Automatic re-calibration of quantum devices by reinforcement learning
- URL: http://arxiv.org/abs/2404.10726v1
- Date: Tue, 16 Apr 2024 16:59:50 GMT
- Title: Automatic re-calibration of quantum devices by reinforcement learning
- Authors: T. Crosta, L. Rebón, F. Vilariño, J. M. Matera, M. Bilkis,
- Abstract summary: We investigate the application of reinforcement learning techniques to develop a model-free control loop for continuous recalibration of quantum device parameters.

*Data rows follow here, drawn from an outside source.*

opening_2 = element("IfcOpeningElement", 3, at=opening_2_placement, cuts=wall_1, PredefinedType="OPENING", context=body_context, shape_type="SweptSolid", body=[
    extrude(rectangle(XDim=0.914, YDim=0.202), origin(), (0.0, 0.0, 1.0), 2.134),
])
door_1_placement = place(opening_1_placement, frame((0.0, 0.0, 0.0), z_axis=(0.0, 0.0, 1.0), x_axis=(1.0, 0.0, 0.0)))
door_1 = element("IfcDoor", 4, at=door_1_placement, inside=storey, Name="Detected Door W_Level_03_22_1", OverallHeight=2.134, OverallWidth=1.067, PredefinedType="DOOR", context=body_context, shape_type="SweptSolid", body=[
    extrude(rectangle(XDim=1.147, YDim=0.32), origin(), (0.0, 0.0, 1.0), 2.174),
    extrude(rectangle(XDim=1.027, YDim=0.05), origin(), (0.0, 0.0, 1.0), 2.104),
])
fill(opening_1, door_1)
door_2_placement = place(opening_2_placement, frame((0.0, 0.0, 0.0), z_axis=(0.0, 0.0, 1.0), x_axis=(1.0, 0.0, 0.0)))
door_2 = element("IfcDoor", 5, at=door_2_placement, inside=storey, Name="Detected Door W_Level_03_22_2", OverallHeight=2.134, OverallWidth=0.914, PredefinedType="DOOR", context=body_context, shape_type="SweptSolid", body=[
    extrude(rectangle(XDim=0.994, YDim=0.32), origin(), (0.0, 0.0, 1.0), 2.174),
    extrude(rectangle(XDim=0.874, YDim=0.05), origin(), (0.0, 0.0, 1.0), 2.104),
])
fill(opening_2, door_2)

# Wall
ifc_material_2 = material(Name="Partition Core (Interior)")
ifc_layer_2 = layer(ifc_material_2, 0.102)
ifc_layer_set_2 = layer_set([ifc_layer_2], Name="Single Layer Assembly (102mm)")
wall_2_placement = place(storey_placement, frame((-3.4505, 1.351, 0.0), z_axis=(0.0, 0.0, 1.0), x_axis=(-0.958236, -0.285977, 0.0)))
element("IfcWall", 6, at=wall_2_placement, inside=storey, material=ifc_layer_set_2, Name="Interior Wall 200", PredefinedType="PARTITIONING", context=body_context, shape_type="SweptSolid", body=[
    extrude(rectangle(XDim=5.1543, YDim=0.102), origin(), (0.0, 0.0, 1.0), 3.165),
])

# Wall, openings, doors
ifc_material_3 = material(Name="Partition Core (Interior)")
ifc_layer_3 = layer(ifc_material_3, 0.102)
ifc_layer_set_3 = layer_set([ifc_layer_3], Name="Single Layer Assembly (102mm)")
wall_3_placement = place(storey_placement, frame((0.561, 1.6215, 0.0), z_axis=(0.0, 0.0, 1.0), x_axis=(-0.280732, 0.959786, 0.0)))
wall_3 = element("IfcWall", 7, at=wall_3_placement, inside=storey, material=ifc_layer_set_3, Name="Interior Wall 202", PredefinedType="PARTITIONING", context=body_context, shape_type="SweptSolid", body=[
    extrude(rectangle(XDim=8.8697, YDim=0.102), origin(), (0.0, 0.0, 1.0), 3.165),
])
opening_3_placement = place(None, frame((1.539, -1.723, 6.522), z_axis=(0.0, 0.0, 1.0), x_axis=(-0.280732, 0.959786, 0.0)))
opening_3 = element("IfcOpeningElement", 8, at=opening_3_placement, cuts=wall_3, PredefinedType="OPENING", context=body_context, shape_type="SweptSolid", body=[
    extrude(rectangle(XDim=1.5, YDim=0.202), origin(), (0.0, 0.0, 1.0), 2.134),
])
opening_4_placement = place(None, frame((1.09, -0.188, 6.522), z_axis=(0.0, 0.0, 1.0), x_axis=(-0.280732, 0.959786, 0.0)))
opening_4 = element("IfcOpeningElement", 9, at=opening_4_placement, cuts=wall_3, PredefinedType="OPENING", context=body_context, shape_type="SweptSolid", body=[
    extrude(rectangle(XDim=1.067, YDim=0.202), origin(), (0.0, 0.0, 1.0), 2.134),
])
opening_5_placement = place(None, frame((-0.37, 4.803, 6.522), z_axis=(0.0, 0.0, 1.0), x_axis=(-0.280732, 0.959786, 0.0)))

As an example, the application to numerical simulations of a Kennedy receiver-based long-distance quantum communication protocol is presented.
- Score: 0.0
- License: http://creativecommons.org/licenses/by-nc-sa/4.0/
- Abstract: During their operation, due to shifts in environmental conditions, devices undergo various forms of detuning from their optimal settings. Typically, this is addressed through control loops, which monitor variables and the device performance, to maintain settings at their optimal values. Quantum devices are particularly challenging since their functionality relies on precisely tuning their parameters. At the same time, the detailed modeling of the environmental behavior is often computationally unaffordable, while a direct measure of the parameters defining the system state is costly and introduces extra noise in the mechanism. In this study, we investigate the application of reinforcement learning techniques to develop a model-free control loop for continuous recalibration of quantum device parameters. Furthermore, we explore the advantages of incorporating minimal environmental noise models. As an example, the application to numerical simulations of a Kennedy receiver-based long-distance quantum communication protocol is presented.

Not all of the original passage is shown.